Insomnia and Sleep Apnea are nearly equally common, each affecting about 20% of the sample.
Sleep disorders differ by gender: More men experience Insomnia (11.0%) than women (9.6%), while Sleep Apnea is much more common in women (17.9%) than men (2.9%).
Among people with no disorder, there are more males (36.6%) than females (21.9%).
What Can Be Learned?
Sleep disorders are fairly common, affecting about 41% of people in the sample.
Gender appears to influence the type of sleep disorder: Males are slightly more likely to experience Insomnia, while Sleep Apnea is much more common among females in this dataset.
Overall, the nested pie chart shows that most people do not have a sleep disorder, but those who do experience different disorders depending on gender. This perhaps suggests a need for gender-aware approaches to sleep health education and treatment.
This heatmap displays the average number of daily steps for people grouped by two things:
Each box shows how active people are in steps based on their body weight category and how well they sleep
# Import
import pandas as pd
import matplotlib.pyplot as plt
import seaborn as sns
from matplotlib.ticker import FuncFormatter
# Load data
df = pd.read_csv("/Users/jayfreeportillo/Downloads/Sleep_health_and_lifestyle_dataset.csv")
# Defining bins and labels to categorize Quality of Sleep
bins = [0, 3, 6, 8, 10]
labels = ['Poor', 'Average', 'Good', 'Excellent']
# New categorical column for Sleep Quality based on defined bins
df['Sleep Quality Category'] = pd.cut(df['Quality of Sleep'], bins=bins, labels=labels)
# Pivot table: Average Daily Steps for each BMI & Sleep Quality combo
heatmap_df = pd.pivot_table(
df,
index='BMI Category',
columns='Sleep Quality Category',
values='Daily Steps',
aggfunc='mean',
observed=False # Include all categories
)
# Adding commas to large numbers in the color bar
comma_fmt = FuncFormatter(lambda x, _: f"{int(x):,}")
# Set up the plot figure
fig, ax = plt.subplots(figsize=(10, 8))
sns.set(font_scale=1.1) # Font scale
# Draw the heatmap
sns.heatmap(
heatmap_df,
annot=True, # Show values inside each box
fmt=".0f", # Format numbers
cmap="coolwarm", # Color palette
linewidths=0.5, # Thin lines between cells
linecolor='white',
square=True,
annot_kws={"size": 13, "weight": "bold"}, # Style for the annotations
cbar_kws={"format": comma_fmt} # Comma formatting to color bar
)
# Customize tick labels
plt.xticks(rotation=15, fontsize=12)
plt.yticks(rotation=0, fontsize=12)
# Adding chart title and axis labels
plt.title("Avg Daily Steps by BMI Category and Sleep Quality", fontsize=18, pad=15)
plt.xlabel("Sleep Quality Category", fontsize=14, labelpad=10)
plt.ylabel("BMI Category", fontsize=14, labelpad=10)
# Add color bar label
cbar = ax.collections[0].colorbar
cbar.set_label("Avg Daily Steps", fontsize=12, weight='bold')
# Print
plt.tight_layout()
plt.show()
Key Insights
Obese individuals take the fewest steps overall, across all levels of sleep quality as low as 3,125 steps per day.
People with Normal or Normal Weight tend to be more active, especially when they report better sleep. For example, those with Normal Weight and Excellent sleep take 8,750 steps, the highest in the chart.
More sleep doesn’t always mean more steps: In the Normal BMI group, people with Good sleep quality actually take more steps than those with Excellent sleep. While in the Overweight group, people with Average sleep have the highest step count.
What can be Learned?
Physical activity is strongly connected to both BMI and sleep quality, but not in a perfect pattern.
People with lower BMI tend to take more steps, which may help them maintain healthier weight and better sleep.

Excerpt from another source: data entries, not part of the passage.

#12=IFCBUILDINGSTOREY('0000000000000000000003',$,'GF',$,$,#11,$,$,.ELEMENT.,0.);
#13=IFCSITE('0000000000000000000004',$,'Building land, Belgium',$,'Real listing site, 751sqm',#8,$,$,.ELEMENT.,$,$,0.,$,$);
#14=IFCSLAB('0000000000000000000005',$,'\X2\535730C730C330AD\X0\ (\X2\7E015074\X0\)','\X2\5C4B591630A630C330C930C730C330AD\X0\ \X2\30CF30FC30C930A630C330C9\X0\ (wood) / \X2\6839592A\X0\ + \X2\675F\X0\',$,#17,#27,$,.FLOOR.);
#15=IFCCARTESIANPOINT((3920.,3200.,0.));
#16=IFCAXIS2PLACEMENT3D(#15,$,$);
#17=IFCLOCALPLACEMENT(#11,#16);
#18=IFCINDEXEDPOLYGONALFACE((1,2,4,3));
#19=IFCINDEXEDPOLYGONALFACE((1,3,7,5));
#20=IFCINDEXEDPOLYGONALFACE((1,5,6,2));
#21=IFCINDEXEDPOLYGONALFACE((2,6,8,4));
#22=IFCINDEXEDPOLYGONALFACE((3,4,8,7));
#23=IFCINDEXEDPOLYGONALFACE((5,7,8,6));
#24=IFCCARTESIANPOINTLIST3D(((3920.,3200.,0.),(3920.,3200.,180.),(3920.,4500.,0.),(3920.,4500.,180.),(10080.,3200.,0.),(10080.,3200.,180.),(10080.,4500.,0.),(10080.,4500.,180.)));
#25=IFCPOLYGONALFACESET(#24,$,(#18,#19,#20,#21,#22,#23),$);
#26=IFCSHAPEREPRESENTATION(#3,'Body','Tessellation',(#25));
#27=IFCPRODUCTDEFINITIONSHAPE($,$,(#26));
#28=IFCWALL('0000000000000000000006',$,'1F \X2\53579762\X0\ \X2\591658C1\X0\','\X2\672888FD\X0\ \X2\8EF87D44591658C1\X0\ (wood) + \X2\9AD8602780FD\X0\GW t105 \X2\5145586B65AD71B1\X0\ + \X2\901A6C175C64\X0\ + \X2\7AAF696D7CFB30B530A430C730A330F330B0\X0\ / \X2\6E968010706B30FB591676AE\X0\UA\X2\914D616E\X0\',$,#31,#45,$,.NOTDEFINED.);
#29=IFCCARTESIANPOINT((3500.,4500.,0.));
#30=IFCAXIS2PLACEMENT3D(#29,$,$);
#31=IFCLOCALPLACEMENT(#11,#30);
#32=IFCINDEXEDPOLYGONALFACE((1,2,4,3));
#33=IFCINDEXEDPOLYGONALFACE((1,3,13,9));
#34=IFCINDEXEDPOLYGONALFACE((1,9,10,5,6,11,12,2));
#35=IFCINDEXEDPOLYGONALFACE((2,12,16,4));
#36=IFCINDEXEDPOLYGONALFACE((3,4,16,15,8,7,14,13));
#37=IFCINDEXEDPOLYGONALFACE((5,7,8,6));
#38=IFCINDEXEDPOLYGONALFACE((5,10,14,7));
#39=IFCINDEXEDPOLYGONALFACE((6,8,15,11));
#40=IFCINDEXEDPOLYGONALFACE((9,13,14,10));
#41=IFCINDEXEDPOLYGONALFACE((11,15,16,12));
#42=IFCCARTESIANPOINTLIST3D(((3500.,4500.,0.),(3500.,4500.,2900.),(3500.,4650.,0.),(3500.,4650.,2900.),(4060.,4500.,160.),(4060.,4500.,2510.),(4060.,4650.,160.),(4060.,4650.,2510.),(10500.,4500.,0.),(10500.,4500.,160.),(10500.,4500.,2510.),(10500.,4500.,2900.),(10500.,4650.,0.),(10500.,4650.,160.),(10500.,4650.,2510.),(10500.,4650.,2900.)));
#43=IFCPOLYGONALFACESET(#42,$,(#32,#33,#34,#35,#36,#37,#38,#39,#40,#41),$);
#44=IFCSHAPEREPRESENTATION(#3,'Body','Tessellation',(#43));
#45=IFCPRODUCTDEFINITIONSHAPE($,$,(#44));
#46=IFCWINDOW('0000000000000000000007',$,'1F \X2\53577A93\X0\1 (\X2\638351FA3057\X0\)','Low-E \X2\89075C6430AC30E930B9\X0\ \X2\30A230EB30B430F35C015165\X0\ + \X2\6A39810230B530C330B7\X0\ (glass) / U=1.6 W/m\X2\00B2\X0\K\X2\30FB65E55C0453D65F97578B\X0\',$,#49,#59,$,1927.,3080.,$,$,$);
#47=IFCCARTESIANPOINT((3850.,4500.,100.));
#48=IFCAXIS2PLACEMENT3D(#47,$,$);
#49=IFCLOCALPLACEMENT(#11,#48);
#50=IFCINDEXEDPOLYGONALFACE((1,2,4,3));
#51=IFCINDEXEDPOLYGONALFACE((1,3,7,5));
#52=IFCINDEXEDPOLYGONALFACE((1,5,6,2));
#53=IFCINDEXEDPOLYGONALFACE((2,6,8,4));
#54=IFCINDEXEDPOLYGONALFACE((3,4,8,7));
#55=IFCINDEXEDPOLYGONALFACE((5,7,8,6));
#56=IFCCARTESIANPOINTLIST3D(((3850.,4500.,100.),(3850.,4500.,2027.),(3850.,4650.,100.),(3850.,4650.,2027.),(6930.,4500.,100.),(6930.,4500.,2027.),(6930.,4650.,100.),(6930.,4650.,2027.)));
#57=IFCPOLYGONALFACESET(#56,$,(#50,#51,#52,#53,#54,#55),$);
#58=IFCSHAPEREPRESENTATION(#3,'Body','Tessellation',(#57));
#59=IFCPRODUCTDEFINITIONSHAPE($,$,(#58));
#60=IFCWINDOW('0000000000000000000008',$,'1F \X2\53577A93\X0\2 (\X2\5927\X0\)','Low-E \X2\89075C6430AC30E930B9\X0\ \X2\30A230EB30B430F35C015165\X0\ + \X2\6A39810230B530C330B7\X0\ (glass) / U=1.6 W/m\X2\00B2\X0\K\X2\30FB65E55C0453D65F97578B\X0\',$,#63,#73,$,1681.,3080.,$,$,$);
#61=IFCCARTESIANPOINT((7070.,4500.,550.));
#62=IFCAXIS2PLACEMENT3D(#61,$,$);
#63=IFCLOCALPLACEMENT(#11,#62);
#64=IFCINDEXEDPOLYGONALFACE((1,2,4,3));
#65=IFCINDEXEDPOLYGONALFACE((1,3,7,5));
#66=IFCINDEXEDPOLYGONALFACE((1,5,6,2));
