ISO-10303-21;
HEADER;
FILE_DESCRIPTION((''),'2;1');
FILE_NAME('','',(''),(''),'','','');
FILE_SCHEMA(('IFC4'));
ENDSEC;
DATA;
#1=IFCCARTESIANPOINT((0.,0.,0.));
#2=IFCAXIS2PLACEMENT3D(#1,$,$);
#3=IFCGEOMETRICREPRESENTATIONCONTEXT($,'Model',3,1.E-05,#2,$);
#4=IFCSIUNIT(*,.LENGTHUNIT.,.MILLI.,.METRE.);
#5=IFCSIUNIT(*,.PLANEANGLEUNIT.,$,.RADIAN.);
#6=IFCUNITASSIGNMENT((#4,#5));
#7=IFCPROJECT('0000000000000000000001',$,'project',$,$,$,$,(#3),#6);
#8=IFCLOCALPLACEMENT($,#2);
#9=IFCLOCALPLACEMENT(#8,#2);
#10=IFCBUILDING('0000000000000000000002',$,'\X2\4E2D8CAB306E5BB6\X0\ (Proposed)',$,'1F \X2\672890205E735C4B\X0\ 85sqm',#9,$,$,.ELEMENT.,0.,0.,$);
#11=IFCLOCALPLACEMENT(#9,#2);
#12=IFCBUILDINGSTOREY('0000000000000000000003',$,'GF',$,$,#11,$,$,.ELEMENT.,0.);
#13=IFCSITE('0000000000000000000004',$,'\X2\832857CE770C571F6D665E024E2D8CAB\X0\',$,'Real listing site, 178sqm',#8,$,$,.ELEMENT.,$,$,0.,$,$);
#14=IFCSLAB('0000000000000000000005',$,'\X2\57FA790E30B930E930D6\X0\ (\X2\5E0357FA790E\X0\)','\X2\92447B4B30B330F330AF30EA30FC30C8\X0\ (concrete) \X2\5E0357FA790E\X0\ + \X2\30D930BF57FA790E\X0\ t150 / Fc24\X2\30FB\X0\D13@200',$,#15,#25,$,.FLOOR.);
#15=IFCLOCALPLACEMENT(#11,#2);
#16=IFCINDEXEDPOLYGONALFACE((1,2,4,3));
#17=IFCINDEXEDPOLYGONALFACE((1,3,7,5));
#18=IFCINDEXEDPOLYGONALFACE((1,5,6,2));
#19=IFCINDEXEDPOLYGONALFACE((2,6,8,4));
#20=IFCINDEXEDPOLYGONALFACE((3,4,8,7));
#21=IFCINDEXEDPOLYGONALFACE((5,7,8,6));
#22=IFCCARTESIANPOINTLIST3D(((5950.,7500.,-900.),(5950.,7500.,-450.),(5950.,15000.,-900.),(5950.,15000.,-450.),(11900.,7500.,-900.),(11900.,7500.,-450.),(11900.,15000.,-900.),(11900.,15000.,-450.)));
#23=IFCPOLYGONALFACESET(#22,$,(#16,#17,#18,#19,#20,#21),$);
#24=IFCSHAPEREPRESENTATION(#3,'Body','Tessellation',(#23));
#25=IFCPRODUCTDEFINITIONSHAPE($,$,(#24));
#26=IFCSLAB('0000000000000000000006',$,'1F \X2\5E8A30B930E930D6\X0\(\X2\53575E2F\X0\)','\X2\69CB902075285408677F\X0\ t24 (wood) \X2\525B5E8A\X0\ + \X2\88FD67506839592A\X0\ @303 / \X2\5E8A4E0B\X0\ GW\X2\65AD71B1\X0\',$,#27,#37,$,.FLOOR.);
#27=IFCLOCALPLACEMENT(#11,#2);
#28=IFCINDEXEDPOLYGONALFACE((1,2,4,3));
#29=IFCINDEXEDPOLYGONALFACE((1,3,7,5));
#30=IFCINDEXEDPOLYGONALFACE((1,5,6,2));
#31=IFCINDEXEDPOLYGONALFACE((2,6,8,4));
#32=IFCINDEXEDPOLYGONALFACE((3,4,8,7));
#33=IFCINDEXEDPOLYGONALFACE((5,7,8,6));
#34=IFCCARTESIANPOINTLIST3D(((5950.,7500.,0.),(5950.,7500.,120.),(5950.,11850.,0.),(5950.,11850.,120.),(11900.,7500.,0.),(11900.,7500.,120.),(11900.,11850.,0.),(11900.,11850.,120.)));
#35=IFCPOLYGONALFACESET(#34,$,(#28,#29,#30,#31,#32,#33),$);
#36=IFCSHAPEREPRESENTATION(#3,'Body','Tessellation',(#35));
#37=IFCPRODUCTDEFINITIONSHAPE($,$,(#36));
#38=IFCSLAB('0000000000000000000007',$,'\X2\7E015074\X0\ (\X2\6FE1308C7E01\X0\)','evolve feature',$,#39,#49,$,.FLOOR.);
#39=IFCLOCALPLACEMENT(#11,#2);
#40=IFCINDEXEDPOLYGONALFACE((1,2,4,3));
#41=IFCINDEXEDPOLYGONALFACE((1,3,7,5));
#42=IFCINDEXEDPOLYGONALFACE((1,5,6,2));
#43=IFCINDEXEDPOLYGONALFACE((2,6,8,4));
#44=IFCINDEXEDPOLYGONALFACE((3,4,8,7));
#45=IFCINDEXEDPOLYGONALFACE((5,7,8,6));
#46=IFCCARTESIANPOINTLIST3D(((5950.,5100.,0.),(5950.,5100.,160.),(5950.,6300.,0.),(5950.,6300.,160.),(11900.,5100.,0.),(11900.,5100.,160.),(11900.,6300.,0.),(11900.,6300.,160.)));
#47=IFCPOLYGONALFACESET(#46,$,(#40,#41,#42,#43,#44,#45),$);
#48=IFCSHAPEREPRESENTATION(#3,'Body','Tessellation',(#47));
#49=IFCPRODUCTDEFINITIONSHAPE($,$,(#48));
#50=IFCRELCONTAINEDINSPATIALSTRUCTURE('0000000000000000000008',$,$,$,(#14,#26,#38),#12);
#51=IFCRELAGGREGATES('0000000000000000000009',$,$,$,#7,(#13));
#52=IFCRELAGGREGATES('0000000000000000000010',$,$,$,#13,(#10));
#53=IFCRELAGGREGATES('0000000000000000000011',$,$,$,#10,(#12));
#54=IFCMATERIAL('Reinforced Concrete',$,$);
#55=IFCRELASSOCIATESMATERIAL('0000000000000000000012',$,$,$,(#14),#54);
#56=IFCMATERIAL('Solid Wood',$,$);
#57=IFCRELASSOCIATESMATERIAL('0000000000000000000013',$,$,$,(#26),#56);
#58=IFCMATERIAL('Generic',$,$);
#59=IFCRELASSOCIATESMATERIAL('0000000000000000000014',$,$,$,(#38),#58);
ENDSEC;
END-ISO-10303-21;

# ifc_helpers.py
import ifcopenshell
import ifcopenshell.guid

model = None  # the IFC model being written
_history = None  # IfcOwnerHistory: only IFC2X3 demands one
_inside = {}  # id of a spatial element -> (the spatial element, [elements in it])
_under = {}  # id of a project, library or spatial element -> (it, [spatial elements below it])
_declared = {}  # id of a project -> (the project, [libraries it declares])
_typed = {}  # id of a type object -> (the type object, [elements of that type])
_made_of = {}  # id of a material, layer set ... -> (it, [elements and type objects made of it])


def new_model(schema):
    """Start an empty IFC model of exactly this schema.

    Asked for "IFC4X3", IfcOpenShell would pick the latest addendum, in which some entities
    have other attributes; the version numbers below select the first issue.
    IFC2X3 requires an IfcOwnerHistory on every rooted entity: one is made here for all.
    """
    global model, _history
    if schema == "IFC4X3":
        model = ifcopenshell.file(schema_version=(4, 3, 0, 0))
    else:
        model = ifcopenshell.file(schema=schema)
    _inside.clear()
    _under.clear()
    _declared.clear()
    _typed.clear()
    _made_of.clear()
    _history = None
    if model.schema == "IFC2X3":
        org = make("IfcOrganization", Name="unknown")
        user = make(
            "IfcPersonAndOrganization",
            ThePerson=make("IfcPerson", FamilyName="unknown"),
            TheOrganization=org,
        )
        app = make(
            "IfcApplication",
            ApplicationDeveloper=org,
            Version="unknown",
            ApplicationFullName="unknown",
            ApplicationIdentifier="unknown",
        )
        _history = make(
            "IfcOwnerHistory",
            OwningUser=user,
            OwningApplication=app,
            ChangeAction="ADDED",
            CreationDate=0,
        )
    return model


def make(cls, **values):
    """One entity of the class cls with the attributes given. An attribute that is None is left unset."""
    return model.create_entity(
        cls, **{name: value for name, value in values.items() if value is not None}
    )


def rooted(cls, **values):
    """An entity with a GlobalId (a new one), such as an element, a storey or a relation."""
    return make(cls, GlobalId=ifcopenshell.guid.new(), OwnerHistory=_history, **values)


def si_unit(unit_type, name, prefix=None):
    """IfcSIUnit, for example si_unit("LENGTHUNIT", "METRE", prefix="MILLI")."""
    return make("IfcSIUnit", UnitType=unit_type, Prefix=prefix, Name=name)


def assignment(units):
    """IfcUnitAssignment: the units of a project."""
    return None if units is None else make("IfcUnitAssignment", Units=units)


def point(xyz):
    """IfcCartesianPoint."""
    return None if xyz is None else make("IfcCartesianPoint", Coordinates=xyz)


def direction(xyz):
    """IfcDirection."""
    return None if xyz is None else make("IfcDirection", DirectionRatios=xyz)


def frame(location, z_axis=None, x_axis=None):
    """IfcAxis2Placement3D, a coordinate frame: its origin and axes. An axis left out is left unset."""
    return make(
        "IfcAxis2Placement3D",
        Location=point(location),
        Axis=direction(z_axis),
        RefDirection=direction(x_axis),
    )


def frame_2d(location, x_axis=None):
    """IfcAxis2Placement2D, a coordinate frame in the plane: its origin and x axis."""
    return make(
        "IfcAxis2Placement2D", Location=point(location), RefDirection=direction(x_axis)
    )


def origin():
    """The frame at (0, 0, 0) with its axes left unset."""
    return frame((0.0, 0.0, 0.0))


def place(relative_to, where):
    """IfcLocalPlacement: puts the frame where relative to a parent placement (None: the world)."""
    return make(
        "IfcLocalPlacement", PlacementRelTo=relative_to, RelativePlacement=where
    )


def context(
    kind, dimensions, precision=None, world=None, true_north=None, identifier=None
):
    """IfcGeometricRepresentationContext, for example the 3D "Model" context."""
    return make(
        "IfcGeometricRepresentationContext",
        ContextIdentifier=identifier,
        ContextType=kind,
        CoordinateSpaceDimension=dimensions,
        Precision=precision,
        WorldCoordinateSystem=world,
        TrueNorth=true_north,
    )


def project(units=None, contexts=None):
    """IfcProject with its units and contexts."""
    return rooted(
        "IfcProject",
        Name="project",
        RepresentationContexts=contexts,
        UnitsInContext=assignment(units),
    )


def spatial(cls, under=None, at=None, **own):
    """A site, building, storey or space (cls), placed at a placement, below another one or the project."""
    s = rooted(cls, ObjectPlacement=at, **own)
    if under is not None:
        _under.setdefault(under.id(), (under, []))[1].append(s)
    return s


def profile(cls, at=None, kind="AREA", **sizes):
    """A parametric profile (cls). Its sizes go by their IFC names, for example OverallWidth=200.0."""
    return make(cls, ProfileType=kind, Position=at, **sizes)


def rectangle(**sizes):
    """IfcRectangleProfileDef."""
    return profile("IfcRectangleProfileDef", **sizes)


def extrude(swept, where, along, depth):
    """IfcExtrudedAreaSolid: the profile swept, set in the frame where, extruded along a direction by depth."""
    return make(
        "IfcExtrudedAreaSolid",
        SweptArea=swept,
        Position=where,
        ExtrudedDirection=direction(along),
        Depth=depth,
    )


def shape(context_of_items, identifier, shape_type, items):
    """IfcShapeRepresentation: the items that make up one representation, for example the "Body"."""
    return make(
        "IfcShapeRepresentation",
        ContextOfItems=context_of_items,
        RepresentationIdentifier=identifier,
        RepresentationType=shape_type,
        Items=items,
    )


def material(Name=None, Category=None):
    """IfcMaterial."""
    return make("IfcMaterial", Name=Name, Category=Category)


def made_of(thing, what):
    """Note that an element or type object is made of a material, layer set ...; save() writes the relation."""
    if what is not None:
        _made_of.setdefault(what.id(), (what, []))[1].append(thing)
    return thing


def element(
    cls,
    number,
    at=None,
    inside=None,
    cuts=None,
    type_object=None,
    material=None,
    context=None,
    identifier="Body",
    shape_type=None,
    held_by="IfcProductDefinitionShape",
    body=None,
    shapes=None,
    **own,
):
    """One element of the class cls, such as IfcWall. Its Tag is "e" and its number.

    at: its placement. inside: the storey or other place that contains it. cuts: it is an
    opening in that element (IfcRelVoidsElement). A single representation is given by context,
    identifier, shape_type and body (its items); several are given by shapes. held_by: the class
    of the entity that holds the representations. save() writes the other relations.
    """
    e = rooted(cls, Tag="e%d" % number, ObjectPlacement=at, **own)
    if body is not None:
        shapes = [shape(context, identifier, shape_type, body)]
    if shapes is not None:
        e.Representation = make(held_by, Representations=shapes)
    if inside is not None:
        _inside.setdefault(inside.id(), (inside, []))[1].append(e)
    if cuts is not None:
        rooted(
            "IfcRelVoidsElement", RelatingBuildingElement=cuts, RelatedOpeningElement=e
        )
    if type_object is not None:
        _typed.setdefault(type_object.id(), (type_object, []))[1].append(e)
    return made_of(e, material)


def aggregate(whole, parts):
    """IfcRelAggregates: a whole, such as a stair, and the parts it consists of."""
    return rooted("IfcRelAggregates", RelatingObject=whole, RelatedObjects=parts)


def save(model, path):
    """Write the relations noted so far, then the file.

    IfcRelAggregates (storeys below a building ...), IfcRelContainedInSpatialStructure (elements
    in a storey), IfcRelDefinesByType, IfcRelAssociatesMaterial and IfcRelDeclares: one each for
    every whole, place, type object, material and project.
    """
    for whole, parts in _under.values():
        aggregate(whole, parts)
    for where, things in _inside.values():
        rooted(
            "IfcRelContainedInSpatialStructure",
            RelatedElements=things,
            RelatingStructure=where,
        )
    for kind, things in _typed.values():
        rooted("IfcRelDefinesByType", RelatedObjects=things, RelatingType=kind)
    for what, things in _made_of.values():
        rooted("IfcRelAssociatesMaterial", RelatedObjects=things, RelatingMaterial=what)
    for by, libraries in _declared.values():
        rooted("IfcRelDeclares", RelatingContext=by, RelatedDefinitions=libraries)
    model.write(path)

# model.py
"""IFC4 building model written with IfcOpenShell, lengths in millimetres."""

from ifc_helpers import new_model, si_unit, frame, frame_2d, origin, place, context, project, spatial, rectangle, extrude, material, element, save


model = new_model("IFC4")

# Units and contexts
model_context = context("Model", 3, precision=1e-05, world=origin())
ifc_project = project(units=[si_unit("LENGTHUNIT", "METRE", prefix="MILLI"), si_unit("PLANEANGLEUNIT", "RADIAN")], contexts=[model_context])

# Site, building, storey
site_placement = place(None, origin())
site = spatial("IfcSite", under=ifc_project, at=site_placement, Name="茨城県土浦市中貫", ObjectType="Real listing site, 178sqm", CompositionType="ELEMENT", RefElevation=0.0)
building_placement = place(site_placement, origin())
building = spatial("IfcBuilding", under=site, at=building_placement, Name="中貫の家 (Proposed)", ObjectType="1F 木造平屋 85sqm", CompositionType="ELEMENT", ElevationOfRefHeight=0.0, ElevationOfTerrain=0.0)
storey_placement = place(building_placement, origin())
storey = spatial("IfcBuildingStorey", under=building, at=storey_placement, Name="GF", CompositionType="ELEMENT", Elevation=0.0)

# Slabs
ifc_material_1 = material(Name="Reinforced Concrete")
slab_1_placement = place(storey_placement, frame((2975.0, 3750.0, -450.0)))
element("IfcSlab", 1, at=slab_1_placement, inside=storey, material=ifc_material_1, Name="基礎スラブ (布基礎)", Description="鉄筋コンクリート (concrete) 布基礎 + ベタ基礎 t150 / Fc24・D13@200", PredefinedType="FLOOR", context=model_context, shape_type="SweptSolid", body=[
    extrude(rectangle(XDim=5950.0, YDim=7500.0, at=frame_2d((2975.0, 3750.0))), frame((2975.0, 3750.0, -450.0)), (0.0, 0.0, 1.0), 450.0),
])
ifc_material_2 = material(Name="Solid Wood")
slab_2_placement = place(storey_placement, frame((2975.0, 3750.0, 0.0)))
element("IfcSlab", 2, at=slab_2_placement, inside=storey, material=ifc_material_2, Name="1F 床スラブ(南帯)", Description="構造用合板 t24 (wood) 剛床 + 製材根太 @303 / 床下 GW断熱", PredefinedType="FLOOR", context=model_context, shape_type="SweptSolid", body=[
    extrude(rectangle(XDim=5950.0, YDim=4350.0, at=frame_2d((2975.0, 2175.0))), frame((2975.0, 3750.0, 0.0)), (0.0, 0.0, 1.0), 120.0),
])
ifc_material_3 = material(Name="Generic")
slab_3_placement = place(storey_placement, frame((2975.0, 2550.0, 0.0)))
element("IfcSlab", 3, at=slab_3_placement, inside=storey, material=ifc_material_3, Name="縁側 (濡れ縁)", Description="evolve feature", PredefinedType="FLOOR", context=model_context, shape_type="SweptSolid", body=[
    extrude(rectangle(XDim=5950.0, YDim=1200.0, at=frame_2d((2975.0, 600.0))), frame((2975.0, 2550.0, 0.0)), (0.0, 0.0, 1.0), 160.0),
])

save(model, "model.ifc")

Good sleep may encourage more physical activity, but other factors like lifestyle and job may also affect step counts.
The heatmap shows that people with lower BMI and better sleep quality tend to take more daily steps. Obese individuals are the least active across all sleep categories. This highlights a strong link between physical activity, sleep quality, and body weight which suggesting that promoting better sleep and movement could support healthier lifestyles.
This chart compares how much sleep people in different jobs get on average per night. Each bar shows the average sleep duration for that occupation.
The bars are colored:
# Import
import pandas as pd
import matplotlib.pyplot as plt
import numpy as np
import matplotlib.patches as mpatches
# Load the dataset
file_path = "/Users/jayfreeportillo/Downloads/Sleep_health_and_lifestyle_dataset.csv"
df = pd.read_csv(file_path)
# Remove rows with missing values in key columns
df = df.dropna(subset=["Occupation", "Sleep Duration"])
# Calculate average sleep duration for each occupation and sort it
occupation_sleep = df.groupby("Occupation")["Sleep Duration"].mean().sort_values()
# Calculate overall mean sleep duration
mean_sleep_duration = occupation_sleep.mean()
# Function to assign color based on how far value is from mean
def pick_colors(value, mean):
if value > mean * 1.01: # More than 1% above mean
return "green"
elif value < mean * 0.99: # More than 1% below mean
return "red"
else: # Within 1% of mean
return "yellow"
# Apply the color function to each value
bar_colors = [pick_colors(value, mean_sleep_duration) for value in occupation_sleep]
# Create the figure and axis
fig, ax = plt.subplots(figsize=(12, 8))
# Plot the bar chart with colors
bars = ax.bar(occupation_sleep.index, occupation_sleep.values, color=bar_colors, alpha=0.8)
# Add value labels on top of each bar
for bar, value in zip(bars, occupation_sleep.values):
ax.text(bar.get_x() + bar.get_width() / 2, value + 0.1, f"{value:.1f}",
ha="center", fontsize=12, fontweight="bold", color="black", fontfamily="Arial")
# Draw a horizontal line for the mean sleep duration
ax.axhline(mean_sleep_duration, color="black", linestyle="--", linewidth=2)
ax.text(0, mean_sleep_duration + 0.1,
f"Mean: {mean_sleep_duration:.1f}", fontsize=12, fontweight="bold",
color="black", fontfamily="Arial")
# Rotate x-axis labels for readability
plt.xticks(rotation=45, ha="right", fontsize=12, fontfamily="Arial")
# Label the axes and set chart title
ax.set_xlabel("Occupation", fontsize=14, fontweight="bold")
ax.set_ylabel("Average Sleep Duration (Hours)", fontsize=14, fontweight="bold")
ax.set_title("Average Sleep Duration by Occupation", fontsize=16, fontweight="bold")
# Remove top and right border lines
ax.spines["top"].set_visible(False)
ax.spines["right"].set_visible(False)
# Create legend patches for color categories
above = mpatches.Patch(color="green", label="Above Average")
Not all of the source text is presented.